What should a woman wear to Court?
WHAT A WOMAN SHOULD WEAR TO COURT
You will be appearing at a court for a matter that is of great importance to you. It is, therefore, imperative that you wear appropriate clothing. The preferable attire is a dress or suit or a skirt and a blouse. You should not wear pants. Your clothing should be similar to that which you would wear to a religious occasion, not overstated and not casual. For shoes, you should wear plain pumps and nylons, not sandals or sneakers. If you are inclined to wear jewelry, it should not be expensive jewelry and the jewelry should be kept at a bare minimum. Simple earrings are acceptable, an inexpensive watch is acceptable and no more than one ring should be worn.
In Massachusetts the courtroom has microphones and if you have occasion to speak, please be aware that the microphones do not amplify, but they merely record the proceeding. You should respond to the Judge by speaking clearly and should always stand up when speaking with the Judge. If you nod your head, the microphone cannot record that. You must, therefore, answer in the affirmative or in the negative with a clear yes or no. The courts do not allow speaking in the courtroom while other matters are being heard and no one is allowed to read any paperwork other than court documents.
It is important that you do not wear any perfume in case the Judge is allergic to it.
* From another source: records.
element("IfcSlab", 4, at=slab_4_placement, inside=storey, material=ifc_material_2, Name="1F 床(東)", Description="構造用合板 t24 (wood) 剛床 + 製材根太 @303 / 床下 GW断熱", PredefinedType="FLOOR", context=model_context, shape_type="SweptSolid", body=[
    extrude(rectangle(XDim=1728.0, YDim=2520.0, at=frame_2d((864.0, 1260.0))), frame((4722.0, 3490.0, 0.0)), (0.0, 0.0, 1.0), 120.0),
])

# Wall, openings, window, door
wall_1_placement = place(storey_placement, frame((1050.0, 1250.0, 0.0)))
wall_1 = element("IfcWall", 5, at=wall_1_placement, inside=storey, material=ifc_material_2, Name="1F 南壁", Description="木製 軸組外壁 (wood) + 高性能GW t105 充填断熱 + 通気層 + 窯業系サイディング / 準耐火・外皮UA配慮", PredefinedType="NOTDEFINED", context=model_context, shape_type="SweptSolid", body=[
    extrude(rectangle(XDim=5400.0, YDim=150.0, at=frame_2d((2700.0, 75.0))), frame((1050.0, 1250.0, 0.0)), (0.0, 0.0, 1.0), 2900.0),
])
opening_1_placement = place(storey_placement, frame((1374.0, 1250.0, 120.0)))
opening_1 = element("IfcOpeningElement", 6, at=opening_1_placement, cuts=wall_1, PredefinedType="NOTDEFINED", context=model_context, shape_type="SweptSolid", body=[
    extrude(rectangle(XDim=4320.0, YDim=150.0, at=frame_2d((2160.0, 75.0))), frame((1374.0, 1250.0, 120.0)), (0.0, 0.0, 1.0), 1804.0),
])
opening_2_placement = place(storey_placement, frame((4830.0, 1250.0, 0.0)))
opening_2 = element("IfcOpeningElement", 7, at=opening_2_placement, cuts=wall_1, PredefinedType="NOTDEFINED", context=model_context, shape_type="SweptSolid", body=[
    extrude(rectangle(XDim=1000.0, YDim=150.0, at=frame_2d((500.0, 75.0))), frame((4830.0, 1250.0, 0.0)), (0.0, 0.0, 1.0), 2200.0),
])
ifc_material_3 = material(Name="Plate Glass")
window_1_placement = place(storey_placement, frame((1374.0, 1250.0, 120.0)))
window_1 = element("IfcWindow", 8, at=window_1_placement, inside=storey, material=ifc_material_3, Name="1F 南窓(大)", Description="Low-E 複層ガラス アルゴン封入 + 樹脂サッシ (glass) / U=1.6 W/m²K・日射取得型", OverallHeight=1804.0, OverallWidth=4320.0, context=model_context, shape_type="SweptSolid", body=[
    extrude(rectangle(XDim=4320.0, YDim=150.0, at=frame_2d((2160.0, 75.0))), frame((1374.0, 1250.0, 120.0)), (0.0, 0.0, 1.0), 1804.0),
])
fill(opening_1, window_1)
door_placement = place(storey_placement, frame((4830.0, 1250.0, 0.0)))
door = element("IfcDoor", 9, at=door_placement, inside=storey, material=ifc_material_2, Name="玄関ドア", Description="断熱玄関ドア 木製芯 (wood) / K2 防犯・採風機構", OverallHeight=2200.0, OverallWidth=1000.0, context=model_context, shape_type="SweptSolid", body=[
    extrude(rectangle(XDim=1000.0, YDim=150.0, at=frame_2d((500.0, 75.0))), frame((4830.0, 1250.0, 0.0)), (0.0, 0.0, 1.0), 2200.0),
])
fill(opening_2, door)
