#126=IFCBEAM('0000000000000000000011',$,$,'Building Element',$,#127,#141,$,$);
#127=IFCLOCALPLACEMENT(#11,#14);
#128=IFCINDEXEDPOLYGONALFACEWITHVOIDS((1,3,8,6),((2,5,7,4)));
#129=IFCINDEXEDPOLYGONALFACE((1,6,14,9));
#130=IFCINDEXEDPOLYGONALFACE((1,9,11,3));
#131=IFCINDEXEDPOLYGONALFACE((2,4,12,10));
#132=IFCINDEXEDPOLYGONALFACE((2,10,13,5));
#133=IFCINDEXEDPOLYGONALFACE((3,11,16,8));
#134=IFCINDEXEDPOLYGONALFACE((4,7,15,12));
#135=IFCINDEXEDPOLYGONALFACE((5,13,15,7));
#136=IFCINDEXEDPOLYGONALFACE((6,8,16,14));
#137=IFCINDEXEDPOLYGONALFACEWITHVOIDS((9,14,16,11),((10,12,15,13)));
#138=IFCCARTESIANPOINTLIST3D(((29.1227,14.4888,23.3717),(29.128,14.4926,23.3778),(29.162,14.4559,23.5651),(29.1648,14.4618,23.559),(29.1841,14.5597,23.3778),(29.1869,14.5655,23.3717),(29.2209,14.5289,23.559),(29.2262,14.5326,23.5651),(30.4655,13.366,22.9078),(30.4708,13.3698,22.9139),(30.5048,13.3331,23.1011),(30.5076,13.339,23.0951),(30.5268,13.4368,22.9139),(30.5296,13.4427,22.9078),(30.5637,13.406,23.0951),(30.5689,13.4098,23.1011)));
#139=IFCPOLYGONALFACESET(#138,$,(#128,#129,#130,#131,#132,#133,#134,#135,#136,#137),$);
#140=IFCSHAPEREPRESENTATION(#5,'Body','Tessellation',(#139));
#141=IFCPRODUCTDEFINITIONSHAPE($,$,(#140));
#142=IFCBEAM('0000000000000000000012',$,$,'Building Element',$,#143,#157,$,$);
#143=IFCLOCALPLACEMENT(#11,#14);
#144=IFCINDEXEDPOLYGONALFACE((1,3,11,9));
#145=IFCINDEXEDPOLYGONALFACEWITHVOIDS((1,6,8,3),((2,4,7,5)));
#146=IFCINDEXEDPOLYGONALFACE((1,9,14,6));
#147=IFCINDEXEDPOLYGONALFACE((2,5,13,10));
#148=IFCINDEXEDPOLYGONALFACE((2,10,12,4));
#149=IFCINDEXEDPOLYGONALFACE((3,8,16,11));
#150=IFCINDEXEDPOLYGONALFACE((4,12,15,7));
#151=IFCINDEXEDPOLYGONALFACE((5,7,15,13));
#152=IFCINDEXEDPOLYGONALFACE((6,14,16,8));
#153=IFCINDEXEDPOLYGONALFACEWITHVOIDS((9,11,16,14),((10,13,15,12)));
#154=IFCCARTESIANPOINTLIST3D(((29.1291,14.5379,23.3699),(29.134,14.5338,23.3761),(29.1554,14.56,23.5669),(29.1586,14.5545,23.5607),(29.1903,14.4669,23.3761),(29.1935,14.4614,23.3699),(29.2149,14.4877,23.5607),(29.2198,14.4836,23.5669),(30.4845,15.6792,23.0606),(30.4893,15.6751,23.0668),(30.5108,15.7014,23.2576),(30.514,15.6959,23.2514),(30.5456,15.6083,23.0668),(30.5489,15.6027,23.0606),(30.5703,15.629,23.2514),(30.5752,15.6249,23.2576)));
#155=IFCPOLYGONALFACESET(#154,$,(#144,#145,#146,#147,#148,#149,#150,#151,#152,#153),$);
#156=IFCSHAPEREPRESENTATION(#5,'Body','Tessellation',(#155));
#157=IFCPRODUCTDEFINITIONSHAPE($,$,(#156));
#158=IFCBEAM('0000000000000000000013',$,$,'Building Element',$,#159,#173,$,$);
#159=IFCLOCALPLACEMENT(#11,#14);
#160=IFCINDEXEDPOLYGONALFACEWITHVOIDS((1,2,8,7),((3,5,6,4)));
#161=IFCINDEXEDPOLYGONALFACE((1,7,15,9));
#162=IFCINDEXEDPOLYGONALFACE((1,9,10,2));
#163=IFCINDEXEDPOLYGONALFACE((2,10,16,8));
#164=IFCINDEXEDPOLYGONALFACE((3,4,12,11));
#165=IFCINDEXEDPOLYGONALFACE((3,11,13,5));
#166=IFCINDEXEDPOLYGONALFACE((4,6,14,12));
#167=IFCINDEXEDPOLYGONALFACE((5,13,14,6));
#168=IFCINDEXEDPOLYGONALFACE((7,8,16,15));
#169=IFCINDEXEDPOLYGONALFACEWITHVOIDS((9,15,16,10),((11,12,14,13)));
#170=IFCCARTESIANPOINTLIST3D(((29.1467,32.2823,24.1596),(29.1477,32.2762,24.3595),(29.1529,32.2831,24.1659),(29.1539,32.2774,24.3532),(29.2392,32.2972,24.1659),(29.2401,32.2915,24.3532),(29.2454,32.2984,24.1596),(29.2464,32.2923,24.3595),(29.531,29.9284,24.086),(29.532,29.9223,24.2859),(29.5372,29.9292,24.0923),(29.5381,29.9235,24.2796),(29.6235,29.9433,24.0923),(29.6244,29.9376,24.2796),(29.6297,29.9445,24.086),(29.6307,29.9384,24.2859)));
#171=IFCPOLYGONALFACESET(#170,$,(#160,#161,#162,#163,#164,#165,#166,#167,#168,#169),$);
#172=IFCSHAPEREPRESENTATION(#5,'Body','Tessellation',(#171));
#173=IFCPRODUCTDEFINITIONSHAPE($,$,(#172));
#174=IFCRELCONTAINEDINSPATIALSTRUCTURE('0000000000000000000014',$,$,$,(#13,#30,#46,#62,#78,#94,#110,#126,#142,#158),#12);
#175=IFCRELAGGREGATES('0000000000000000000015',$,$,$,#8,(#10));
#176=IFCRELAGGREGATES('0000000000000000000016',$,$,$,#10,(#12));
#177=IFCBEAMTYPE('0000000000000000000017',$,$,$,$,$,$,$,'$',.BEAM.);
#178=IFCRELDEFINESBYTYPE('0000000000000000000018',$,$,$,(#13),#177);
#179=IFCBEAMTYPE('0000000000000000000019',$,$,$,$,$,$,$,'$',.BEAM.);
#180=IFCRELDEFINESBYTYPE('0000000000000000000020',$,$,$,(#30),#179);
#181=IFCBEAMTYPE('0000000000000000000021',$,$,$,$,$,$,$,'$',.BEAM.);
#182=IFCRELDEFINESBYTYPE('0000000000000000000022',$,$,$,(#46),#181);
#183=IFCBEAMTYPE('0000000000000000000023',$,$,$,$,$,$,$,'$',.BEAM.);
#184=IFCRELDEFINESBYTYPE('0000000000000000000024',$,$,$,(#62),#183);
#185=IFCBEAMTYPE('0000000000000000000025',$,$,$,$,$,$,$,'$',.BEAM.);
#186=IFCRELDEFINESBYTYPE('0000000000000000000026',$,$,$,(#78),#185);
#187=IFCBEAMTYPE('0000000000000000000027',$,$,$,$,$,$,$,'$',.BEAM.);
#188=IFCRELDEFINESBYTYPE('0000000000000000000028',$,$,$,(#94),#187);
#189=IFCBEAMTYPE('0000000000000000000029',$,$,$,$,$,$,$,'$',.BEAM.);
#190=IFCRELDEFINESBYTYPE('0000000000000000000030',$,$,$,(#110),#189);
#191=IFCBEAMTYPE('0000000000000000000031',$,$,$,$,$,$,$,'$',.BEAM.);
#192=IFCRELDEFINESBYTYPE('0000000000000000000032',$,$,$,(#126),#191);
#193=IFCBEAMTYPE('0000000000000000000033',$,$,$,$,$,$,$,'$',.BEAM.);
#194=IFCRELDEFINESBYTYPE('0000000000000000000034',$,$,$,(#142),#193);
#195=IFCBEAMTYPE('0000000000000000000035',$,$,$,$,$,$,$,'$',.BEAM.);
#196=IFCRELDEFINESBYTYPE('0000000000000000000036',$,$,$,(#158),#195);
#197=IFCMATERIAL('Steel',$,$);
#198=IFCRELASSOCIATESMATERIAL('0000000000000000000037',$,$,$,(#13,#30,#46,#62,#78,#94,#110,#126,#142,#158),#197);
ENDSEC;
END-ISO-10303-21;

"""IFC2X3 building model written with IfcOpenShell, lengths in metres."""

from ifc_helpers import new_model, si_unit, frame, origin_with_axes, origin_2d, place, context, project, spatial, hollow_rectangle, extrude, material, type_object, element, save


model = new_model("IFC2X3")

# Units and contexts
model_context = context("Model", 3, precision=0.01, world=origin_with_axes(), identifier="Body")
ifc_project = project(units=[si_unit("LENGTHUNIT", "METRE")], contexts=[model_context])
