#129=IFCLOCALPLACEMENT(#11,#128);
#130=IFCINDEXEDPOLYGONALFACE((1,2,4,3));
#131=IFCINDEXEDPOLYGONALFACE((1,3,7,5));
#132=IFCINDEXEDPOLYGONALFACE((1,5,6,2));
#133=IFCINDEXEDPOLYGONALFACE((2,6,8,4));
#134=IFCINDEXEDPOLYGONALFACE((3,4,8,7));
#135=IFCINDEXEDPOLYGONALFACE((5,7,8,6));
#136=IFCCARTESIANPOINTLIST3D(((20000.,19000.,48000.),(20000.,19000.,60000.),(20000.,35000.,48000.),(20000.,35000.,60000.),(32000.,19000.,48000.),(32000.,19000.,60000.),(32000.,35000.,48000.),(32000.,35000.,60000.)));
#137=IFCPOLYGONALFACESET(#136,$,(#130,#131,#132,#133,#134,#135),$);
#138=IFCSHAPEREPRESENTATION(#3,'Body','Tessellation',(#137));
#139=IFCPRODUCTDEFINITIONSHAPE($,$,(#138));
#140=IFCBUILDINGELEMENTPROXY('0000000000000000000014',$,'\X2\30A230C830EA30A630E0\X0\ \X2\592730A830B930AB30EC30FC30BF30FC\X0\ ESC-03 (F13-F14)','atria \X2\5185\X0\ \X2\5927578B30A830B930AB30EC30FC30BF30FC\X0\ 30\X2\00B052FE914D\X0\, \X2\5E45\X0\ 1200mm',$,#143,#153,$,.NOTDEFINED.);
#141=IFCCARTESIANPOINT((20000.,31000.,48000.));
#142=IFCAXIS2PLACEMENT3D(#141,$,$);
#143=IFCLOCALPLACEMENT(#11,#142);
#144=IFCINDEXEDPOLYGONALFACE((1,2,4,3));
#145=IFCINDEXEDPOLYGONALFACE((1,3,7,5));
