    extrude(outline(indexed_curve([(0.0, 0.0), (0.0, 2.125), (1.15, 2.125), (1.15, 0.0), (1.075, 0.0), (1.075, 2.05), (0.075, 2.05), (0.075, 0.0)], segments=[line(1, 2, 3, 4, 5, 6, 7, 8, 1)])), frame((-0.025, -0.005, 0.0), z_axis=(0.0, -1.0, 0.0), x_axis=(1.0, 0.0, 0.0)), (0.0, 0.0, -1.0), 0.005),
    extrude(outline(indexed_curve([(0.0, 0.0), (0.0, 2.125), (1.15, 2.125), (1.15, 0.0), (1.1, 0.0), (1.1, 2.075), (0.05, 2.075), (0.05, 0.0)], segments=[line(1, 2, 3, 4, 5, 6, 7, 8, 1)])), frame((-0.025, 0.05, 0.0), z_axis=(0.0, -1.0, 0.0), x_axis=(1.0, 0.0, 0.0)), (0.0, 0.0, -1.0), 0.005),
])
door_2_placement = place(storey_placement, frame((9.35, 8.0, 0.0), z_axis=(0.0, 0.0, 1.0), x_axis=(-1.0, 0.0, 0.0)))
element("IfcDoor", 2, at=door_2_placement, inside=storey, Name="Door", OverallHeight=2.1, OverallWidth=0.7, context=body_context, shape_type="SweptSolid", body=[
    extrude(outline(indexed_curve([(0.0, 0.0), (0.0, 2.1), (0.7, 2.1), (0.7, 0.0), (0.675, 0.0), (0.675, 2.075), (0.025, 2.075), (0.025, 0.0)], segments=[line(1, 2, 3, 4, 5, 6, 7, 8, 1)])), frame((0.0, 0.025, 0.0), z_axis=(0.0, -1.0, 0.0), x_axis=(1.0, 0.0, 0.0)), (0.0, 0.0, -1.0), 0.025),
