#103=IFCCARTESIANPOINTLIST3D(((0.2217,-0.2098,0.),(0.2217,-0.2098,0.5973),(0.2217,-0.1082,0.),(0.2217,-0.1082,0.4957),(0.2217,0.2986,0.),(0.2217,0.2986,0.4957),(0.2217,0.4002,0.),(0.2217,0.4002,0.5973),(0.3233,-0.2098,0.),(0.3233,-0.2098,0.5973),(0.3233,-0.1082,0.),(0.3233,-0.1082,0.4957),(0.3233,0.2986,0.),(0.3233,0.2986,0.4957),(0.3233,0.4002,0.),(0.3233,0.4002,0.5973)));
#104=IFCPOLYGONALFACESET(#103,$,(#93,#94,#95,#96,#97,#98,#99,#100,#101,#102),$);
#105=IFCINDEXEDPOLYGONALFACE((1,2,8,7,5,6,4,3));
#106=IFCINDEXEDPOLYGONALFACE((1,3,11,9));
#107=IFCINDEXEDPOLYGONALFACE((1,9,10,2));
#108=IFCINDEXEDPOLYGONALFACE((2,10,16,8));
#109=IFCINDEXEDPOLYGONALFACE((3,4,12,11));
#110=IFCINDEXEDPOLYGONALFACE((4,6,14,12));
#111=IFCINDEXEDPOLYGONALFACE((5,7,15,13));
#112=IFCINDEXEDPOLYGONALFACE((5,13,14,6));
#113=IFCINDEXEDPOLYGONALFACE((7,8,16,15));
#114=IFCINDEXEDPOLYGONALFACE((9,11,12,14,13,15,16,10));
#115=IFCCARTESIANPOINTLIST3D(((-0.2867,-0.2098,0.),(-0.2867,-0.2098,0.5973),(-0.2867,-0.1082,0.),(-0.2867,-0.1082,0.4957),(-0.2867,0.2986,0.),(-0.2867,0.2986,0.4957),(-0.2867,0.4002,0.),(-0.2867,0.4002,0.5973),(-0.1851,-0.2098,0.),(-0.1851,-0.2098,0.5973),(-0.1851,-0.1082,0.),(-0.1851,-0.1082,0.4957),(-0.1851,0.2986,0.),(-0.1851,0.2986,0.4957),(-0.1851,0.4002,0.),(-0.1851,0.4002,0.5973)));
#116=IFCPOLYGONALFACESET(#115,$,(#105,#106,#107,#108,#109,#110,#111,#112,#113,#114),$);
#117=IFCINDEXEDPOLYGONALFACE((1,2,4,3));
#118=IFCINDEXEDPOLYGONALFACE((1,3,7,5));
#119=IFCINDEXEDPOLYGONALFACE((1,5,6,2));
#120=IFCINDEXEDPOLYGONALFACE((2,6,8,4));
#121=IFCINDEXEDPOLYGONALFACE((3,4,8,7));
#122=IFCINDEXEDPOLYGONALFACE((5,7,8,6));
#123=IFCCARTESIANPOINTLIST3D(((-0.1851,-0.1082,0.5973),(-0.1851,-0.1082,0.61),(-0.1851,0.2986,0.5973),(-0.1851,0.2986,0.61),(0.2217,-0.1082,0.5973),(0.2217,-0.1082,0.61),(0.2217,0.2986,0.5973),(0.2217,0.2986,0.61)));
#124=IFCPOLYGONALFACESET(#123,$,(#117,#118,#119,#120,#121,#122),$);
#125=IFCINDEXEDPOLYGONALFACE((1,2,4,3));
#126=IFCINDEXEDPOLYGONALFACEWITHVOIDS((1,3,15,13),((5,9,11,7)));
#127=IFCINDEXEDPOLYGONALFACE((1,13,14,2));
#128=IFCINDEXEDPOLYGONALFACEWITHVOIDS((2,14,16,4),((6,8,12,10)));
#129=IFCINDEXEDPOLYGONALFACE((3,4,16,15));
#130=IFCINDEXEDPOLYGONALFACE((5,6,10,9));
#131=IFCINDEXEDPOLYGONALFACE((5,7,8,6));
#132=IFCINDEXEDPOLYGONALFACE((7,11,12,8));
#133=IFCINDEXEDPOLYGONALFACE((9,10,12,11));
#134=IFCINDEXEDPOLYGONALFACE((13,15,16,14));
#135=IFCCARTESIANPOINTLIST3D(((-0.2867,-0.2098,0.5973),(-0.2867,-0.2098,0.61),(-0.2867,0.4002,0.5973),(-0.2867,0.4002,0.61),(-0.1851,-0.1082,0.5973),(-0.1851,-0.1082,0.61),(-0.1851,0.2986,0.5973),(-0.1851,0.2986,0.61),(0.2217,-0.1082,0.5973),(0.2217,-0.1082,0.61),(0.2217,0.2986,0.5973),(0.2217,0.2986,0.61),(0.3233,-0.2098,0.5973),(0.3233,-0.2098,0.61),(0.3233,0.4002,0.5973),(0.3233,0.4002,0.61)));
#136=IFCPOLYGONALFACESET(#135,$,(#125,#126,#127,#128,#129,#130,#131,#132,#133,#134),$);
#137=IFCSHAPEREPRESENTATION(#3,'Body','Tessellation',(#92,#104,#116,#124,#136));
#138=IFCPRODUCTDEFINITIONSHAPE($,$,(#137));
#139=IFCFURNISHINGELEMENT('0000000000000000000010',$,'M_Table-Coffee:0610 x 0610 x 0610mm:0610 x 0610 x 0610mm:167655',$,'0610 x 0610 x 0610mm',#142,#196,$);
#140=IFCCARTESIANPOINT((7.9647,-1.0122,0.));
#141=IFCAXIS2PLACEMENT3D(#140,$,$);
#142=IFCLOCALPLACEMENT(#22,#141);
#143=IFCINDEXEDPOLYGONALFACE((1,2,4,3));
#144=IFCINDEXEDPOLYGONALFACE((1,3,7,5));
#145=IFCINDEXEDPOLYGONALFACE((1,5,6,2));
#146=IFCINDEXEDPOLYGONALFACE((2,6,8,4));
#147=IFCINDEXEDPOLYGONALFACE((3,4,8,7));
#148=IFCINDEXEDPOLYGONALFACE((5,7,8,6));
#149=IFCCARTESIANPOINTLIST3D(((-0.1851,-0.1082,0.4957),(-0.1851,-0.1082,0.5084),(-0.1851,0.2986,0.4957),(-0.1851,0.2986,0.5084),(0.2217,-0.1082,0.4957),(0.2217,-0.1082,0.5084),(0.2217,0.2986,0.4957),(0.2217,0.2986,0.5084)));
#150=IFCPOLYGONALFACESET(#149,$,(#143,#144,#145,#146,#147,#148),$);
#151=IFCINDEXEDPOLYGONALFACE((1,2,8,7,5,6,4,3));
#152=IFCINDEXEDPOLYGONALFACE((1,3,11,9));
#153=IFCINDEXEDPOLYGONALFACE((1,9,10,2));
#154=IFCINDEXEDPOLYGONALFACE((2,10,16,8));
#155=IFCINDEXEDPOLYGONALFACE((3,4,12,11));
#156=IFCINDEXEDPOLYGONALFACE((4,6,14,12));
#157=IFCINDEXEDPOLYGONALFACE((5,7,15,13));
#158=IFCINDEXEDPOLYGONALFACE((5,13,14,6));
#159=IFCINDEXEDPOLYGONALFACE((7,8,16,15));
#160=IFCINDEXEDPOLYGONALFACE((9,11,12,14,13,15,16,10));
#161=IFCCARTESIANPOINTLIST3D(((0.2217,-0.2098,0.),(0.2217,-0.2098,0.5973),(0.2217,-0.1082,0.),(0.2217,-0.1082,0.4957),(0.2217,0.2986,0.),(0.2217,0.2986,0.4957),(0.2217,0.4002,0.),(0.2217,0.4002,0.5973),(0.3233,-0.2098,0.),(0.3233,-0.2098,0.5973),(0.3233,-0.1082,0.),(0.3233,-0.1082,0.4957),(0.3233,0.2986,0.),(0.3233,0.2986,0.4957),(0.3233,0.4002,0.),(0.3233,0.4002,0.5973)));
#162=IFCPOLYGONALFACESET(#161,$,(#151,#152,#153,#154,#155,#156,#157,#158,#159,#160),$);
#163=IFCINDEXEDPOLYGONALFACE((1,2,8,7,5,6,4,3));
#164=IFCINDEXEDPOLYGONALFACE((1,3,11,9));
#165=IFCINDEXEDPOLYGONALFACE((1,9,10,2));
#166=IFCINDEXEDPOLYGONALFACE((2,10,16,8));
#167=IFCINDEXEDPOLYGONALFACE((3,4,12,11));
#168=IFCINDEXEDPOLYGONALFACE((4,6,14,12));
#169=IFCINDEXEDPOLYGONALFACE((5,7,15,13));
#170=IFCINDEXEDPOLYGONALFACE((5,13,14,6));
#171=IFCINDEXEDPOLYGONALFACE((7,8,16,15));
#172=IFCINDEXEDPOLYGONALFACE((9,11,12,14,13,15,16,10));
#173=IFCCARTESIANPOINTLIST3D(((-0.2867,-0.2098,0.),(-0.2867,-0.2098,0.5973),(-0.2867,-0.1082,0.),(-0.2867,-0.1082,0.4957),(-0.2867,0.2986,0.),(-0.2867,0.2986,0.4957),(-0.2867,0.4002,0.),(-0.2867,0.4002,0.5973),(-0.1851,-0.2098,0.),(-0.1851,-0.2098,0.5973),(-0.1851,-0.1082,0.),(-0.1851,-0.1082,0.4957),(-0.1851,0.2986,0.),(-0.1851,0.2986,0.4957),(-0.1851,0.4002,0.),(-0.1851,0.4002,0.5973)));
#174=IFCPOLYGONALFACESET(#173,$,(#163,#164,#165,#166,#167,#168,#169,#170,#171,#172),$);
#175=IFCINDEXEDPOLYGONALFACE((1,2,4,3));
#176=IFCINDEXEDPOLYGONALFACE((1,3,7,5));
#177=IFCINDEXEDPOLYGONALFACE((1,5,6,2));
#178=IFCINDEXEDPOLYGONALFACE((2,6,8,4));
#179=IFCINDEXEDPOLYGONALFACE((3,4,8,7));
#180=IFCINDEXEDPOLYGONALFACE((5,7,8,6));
We try to anticipate avoiding any negative reactions that can be avoided. Be sure not to bring a pocketknife, nail clippers or any other sharp implement, which may set off the metal detector through which you must enter at the courthouse. Also, increasingly in the courts due to heightened security, the court officer will confiscate any cameras, or cell phones or palm pilots with a camera feature, and retain the camera (cell phone or palm pilot with a camera feature) until 5:00 P.M. causing you possible inconvenience. We recommend that you do not bring anything with a camera feature with you to court. If you bring a cell phone, you must turn it off before you enter the courtroom because if it rings while court is in session, some judges are quite severe in their reaction.